ATTACHMENT A TO FORM 12b-25
Form 10-QSB for the Quarter Ended September 30, 2007
PART III — NARRATIVE
     Although the management of Cellular Technical Services, Inc. (the “Registrant”) has been working diligently to complete all required information for its Form 10-QSB for the quarter ended September 30, 2007 (the “Form 10-QSB”), the Registrant is unable to file its Form 10-QSB within the prescribed time period without unreasonable effort or expense. The reason causing the Registrant’s inability to file timely could not be eliminated by the Registrant without unreasonable effort or expense.
     On September 10, 2007, the Registrant filed its Form 8-K (the “Form 8-K”), including Form 10 disclosures, with regard to its acquisition of 100% of the issued and outstanding membership interests in SafeStitch LLC (“SafeStitch”) in exchange for 11,256,369 shares of the Registrant’s common stock, which represented a majority of the Registrant’s outstanding shares of common stock after the acquisition (the “SafeStitch Acquisition”). The Form 8-K included unaudited historical financial statements for the combined operations of the Registrant and SafeStich for the six month periods ended June 30, 2007 and June 30, 2006 and for the period beginning September 15, 2005 (inception of SafeStitch) and ended June 30, 2007 and pro-forma information. For accounting purposes, the SafeStitch Acquisition has been treated as a recapitalization of Safestitch, with Safestitch as the acquirer (reverse acquisition), and the Registrant’s historical financial statements prior to September 4, 2007 are those of SafeStitch. The Registrant’s auditor was not the auditor for SafeStitch.

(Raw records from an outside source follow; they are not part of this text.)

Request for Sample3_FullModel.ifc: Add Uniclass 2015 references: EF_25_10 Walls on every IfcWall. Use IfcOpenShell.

First a look at what the model holds.

```python
import ifcopenshell

model = ifcopenshell.open("Sample3_FullModel.ifc")
print(model.schema)
print("classifications:", [c.Name for c in model.by_type("IfcClassification")])
for ifc_class in ("IfcDoor", "IfcRoof", "IfcStair", "IfcWall", "IfcWindow"):
    print(ifc_class, len(model.by_type(ifc_class)))
```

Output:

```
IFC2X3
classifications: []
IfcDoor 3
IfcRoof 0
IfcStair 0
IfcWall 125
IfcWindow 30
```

```python
import ifcopenshell
import ifcopenshell.api.classification

model = ifcopenshell.open("Sample3_FullModel.ifc")

# IFC2X3 requires Source and Edition and has no link from the project to the system.
system = model.create_entity("IfcClassification", Source="NBS", Edition="2015", Name="Uniclass 2015")

codes = {
    "IfcWall": ("EF_25_10", "Walls"),
}
for ifc_class, (code, name) in codes.items():
    products = model.by_type(ifc_class)
    ifcopenshell.api.classification.add_reference(
        model, products=products, classification=system, identification=code, name=name
    )
    print(code, len(products))

model.write("Sample3_FullModel_updated.ifc")
```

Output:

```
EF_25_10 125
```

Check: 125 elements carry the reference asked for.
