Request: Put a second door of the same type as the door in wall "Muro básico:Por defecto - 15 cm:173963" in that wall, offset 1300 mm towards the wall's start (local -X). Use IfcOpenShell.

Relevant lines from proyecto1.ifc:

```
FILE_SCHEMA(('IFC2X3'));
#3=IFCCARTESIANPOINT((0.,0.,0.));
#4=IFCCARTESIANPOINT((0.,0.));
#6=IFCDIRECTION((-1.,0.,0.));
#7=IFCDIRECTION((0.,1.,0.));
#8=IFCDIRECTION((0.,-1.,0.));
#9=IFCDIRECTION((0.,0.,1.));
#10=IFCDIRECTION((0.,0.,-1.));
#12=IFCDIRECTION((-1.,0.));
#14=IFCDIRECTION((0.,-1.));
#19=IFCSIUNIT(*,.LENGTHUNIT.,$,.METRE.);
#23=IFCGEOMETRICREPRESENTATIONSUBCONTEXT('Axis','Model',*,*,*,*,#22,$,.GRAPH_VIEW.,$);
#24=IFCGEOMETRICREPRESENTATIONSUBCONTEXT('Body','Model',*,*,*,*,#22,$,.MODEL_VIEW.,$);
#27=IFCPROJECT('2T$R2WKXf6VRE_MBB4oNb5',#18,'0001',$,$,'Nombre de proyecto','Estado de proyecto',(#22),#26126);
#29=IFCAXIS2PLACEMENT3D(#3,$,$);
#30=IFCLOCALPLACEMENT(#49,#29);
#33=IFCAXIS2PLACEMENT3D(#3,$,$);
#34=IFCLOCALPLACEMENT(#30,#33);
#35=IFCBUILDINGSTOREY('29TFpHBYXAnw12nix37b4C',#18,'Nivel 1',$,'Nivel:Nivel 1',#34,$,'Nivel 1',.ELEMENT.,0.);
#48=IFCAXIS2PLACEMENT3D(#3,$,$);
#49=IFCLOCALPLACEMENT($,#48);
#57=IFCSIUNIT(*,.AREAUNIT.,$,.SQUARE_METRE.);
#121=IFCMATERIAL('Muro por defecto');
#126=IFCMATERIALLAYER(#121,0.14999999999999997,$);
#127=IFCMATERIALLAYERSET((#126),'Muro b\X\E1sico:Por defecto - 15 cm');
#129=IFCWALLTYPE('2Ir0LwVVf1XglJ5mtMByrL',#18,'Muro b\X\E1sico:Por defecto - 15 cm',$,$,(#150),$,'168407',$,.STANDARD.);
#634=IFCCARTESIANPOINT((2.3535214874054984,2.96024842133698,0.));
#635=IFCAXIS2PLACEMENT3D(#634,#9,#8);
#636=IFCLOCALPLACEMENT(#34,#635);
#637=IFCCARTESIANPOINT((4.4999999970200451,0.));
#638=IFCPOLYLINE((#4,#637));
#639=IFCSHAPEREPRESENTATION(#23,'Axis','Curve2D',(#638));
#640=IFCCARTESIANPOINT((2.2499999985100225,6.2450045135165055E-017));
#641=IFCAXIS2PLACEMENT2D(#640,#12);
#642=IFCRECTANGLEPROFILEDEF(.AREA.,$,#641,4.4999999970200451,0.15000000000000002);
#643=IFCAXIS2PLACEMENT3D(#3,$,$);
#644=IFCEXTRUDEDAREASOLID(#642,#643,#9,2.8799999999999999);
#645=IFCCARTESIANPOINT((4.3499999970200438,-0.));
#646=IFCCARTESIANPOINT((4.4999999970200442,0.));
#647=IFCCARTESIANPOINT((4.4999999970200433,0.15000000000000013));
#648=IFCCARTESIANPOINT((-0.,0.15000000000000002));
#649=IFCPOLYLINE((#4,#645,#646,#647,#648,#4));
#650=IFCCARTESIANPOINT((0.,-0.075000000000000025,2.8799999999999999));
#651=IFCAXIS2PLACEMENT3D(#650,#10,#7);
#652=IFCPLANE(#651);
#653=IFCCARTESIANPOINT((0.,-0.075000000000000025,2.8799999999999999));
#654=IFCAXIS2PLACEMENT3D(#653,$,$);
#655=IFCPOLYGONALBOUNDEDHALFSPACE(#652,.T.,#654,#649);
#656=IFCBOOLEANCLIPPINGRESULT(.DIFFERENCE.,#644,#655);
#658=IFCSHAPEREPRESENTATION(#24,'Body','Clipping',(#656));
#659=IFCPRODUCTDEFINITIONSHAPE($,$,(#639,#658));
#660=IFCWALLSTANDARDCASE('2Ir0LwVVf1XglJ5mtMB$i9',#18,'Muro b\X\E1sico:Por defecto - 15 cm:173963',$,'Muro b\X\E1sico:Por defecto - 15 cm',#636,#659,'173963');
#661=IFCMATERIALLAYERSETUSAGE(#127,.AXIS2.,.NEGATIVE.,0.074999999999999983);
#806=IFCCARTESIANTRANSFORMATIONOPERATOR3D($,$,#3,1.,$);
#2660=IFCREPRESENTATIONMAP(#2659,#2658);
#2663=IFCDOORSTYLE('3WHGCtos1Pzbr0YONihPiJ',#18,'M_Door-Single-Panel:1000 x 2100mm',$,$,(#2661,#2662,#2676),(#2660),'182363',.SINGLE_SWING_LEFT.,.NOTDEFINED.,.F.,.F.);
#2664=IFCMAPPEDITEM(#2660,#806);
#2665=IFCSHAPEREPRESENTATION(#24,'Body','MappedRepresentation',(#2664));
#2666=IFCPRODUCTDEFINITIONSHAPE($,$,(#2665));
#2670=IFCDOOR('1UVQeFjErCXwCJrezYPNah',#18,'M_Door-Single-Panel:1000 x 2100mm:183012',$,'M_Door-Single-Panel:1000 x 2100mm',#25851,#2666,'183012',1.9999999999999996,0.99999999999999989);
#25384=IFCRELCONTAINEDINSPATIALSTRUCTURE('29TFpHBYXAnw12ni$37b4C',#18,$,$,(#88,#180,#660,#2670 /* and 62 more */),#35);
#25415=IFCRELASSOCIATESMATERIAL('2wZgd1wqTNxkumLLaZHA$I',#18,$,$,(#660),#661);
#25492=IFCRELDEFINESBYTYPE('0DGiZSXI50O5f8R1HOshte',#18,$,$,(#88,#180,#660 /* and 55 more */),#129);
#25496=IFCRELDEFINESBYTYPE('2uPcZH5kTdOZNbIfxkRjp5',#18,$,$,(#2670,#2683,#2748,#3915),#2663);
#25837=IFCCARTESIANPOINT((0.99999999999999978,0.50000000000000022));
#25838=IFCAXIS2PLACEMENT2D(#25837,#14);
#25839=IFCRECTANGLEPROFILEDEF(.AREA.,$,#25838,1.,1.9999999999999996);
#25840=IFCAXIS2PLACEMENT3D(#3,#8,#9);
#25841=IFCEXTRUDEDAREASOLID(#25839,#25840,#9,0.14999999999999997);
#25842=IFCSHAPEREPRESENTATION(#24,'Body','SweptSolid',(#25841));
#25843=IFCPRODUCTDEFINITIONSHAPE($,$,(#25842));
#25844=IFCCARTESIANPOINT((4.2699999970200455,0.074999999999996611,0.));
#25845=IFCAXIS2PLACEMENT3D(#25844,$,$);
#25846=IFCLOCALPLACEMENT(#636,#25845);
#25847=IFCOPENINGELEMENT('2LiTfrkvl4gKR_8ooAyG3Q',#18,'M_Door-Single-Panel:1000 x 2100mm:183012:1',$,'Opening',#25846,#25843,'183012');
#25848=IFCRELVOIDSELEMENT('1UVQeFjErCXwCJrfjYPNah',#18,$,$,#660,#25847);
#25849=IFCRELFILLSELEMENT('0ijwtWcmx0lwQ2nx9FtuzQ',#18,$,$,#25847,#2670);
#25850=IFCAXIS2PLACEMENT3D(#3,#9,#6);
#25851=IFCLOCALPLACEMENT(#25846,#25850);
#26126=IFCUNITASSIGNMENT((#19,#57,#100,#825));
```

```python
import ifcopenshell
import ifcopenshell.api.feature
import ifcopenshell.api.geometry
import ifcopenshell.api.root
import ifcopenshell.geom
import ifcopenshell.util.element
import ifcopenshell.util.placement
import ifcopenshell.util.shape

model = ifcopenshell.open("proyecto1.ifc")
settings = ifcopenshell.geom.settings()


def volume(element):
    """Net volume in cubic metres, openings subtracted."""
    shape = ifcopenshell.geom.create_shape(settings, element)
    return ifcopenshell.util.shape.get_volume(shape.geometry)


def reuse_history(source, copy):
    """copy_class also copies each property set's owner history, people and application; keep the originals."""
    for rel in copy.IsDefinedBy:
        if rel.is_a("IfcRelDefinesByProperties") and (history := rel.RelatingPropertyDefinition.OwnerHistory):
            rel.RelatingPropertyDefinition.OwnerHistory = source.OwnerHistory
            ifcopenshell.util.element.remove_deep2(model, history)


door = model.by_guid("1UVQeFjErCXwCJrezYPNah")
opening = door.FillsVoids[0].RelatingOpeningElement
wall = opening.VoidsElements[0].RelatingBuildingElement
before = volume(wall)
shift = ifcopenshell.util.placement.get_local_placement(wall.ObjectPlacement)[:3, 0] * -1.3

# copy_class copies the void relationship, type, container and properties, but no geometry.
new_opening = ifcopenshell.api.root.copy_class(model, product=opening)
new_opening.Representation = ifcopenshell.util.element.copy_deep(
    model, opening.Representation, exclude=["IfcGeometricRepresentationContext", "IfcRepresentationMap"]
)
new_opening.Name = "M_Door-Single-Panel:1000 x 2100mm"
new_opening.Tag = None
new_door = ifcopenshell.api.root.copy_class(model, product=door)
new_door.Representation = ifcopenshell.util.element.copy_deep(
    model, door.Representation, exclude=["IfcGeometricRepresentationContext", "IfcRepresentationMap"]
)
new_door.Name = "M_Door-Single-Panel:1000 x 2100mm"
new_door.Tag = None
reuse_history(door, new_door)
fills = ifcopenshell.api.feature.add_filling(model, opening=new_opening, element=new_door)
fills.OwnerHistory = new_door.OwnerHistory  # required in IFC2X3

for old, new in ((opening, new_opening), (door, new_door)):
    matrix = ifcopenshell.util.placement.get_local_placement(old.ObjectPlacement)
    matrix[:3, 3] += shift
    ifcopenshell.api.geometry.edit_object_placement(model, product=new, matrix=matrix, is_si=False)

after = volume(wall)

print(f"wall volume {before:.3f} -> {after:.3f} m3")

model.write("proyecto1-out.ifc")
```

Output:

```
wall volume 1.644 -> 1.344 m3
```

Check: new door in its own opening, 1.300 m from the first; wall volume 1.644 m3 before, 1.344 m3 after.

     Furthermore, the Registrant completed the SafeStitch acquisition in the last month of its quarter ended September 30, 2007, and as a result of these and other factors, while preparing the Registrant’s financial statements for inclusion in the Form 10-QSB, the Registrant only recently determined that certain adjustments were required in the accounting for certain general and administrative and research and development expenses contained in the financial statements for and as of the six months ended June 30, 2007 and June 30, 2006 and for the period beginning September 15, 2005 (inception of SafeStitch) and ended June 30, 2007, which were included in the Form 8-K; consequently, pending final review, we anticipate that our net loss for each of the foregoing periods as will be reported in the Amended Form 8-K will increase over the figures previously filed in the Form 8-K. See below.
     The Registrant is diligently completing its review of the information relevant to the foregoing financial statements and anticipates that it will file the Form 10-QSB no later than the fifth calendar day following the prescribed due date.
ATTACHMENT B TO FORM 12b-25
     The Registrant expects to report the following significant changes in its results of operations from those previously reported in the Form 8-K: an increase in net loss for the six month periods ended June 30, 2007 and June 30, 2006 of approximately $120 to $125 thousand and $175 to $180 thousand, respectively, and an increase in net loss for the period beginning September 15, 2005 (inception of SafeStitch) and ended June 30, 2007 of approximately $120 to $125 thousand. In addition, pending final review, the Registrant expects to disclose increased research and development and general and administrative expenses which reflect increased operations as the Registrant matures, resulting in a net loss of approximately $750,000 for the third quarter of 2007, more than double the loss for the third quarter of 2006 (which has not previously been reported, as SafeStitch was not then part of a reporting entity) and approximately 70% of the net loss for the first six months of 2007.